左:5万分1地形図「徳舜瞥」昭和12年発行(多分)(所有している地形図は、地形図部分のみ切取られたもののため)
右:5万分1地形図「徳舜瞥」昭和24年発行

この区間の胆振線が開通したのは昭和15年(1940年)

現在の地形図はこちら


調べてみた。

トクシュンベツ原野の徳舜瞥道路と中島道路の交差点付近は、この地域が開拓された当時から門前峠と呼ばれ、今も国土地理院の5万分の1の地形図に名前がある。

蟠渓から門前峠を通り、三階滝までのソーケシュオマベツ長流間原野道路(長流川上流原野左岸道路)がまず開削された。現在の川沿いの渓谷に沿う国道筋にあたる道路は地形図を見てもらうと分かるように、後に造られた。

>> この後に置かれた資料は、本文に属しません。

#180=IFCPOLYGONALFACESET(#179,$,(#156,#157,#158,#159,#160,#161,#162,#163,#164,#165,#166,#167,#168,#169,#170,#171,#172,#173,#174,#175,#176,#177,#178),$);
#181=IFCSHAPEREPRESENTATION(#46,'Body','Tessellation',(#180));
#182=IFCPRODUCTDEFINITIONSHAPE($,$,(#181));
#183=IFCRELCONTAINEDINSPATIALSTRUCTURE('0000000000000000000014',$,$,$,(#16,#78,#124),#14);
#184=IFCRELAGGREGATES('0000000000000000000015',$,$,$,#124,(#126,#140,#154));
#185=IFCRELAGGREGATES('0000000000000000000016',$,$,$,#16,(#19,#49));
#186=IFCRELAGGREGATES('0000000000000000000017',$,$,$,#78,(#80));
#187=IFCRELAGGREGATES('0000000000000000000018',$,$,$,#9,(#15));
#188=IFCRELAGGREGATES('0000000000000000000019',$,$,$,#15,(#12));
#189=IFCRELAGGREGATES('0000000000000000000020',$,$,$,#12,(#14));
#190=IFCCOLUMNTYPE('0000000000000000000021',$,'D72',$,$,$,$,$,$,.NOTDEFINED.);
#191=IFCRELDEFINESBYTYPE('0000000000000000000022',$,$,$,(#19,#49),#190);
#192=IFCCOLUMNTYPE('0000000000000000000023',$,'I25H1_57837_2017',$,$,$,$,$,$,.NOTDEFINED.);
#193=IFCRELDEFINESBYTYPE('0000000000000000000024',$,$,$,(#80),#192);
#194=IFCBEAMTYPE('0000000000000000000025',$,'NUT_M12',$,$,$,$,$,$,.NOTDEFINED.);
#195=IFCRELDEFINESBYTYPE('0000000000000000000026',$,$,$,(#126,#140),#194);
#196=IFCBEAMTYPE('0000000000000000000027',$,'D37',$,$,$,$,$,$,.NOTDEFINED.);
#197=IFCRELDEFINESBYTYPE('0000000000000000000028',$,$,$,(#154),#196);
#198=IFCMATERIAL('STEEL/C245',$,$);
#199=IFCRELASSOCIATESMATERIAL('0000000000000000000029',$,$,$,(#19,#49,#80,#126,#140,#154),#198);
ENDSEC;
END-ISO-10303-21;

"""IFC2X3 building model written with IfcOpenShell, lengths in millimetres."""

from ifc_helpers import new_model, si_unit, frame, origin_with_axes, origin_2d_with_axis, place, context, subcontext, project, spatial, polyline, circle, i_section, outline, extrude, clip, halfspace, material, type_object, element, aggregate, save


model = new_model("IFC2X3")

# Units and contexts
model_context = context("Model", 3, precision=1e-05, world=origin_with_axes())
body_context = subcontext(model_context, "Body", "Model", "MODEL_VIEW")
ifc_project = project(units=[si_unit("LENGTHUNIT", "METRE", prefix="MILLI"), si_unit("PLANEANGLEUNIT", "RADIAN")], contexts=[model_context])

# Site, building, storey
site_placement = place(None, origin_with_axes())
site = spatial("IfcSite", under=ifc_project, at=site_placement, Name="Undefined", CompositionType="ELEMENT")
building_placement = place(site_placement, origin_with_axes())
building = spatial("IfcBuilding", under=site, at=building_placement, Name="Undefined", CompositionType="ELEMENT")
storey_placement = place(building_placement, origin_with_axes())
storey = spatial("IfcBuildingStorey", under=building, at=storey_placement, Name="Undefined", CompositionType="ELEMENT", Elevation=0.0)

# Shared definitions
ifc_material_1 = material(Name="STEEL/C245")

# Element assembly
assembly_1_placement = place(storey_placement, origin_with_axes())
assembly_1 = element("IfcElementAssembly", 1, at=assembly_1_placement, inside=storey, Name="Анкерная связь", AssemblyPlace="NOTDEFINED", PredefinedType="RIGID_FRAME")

明治41年新潟県岩船郡山野辺村字門前出身の小田大吉がこの地域の払下げを受け雑貨店を開いた。そのころ近くには、昭園の早瀬農場の30数戸、中島に32戸の入植者がいて、入植者向けに出店のだった。

やがて盛業を誇り、当時の室蘭毎日新聞に紹介されている。

小野大吉は、郷里から熊野神社の祭神を持ってきて付近に祭っており、大気にお店は、峠の茶屋のような存在でもあり、壮瞥や伊達の往復に立ち寄る人も多く、人々は門前出身の彼を「門前さん」と呼び、付近の峠を門前峠と称したところから現在もその名前がある。

 



(1)



(2)



(3)

 
2007年10月訪問

国道453号を壮瞥方向からやってくると、蟠渓で長流川を渡り直角に道は曲がる。ここにはかつてこの地域を通っていた胆振線の蟠渓駅跡がある(1)。ちなみに旧地形図を見ると、旧道は北側の山川を走っていた。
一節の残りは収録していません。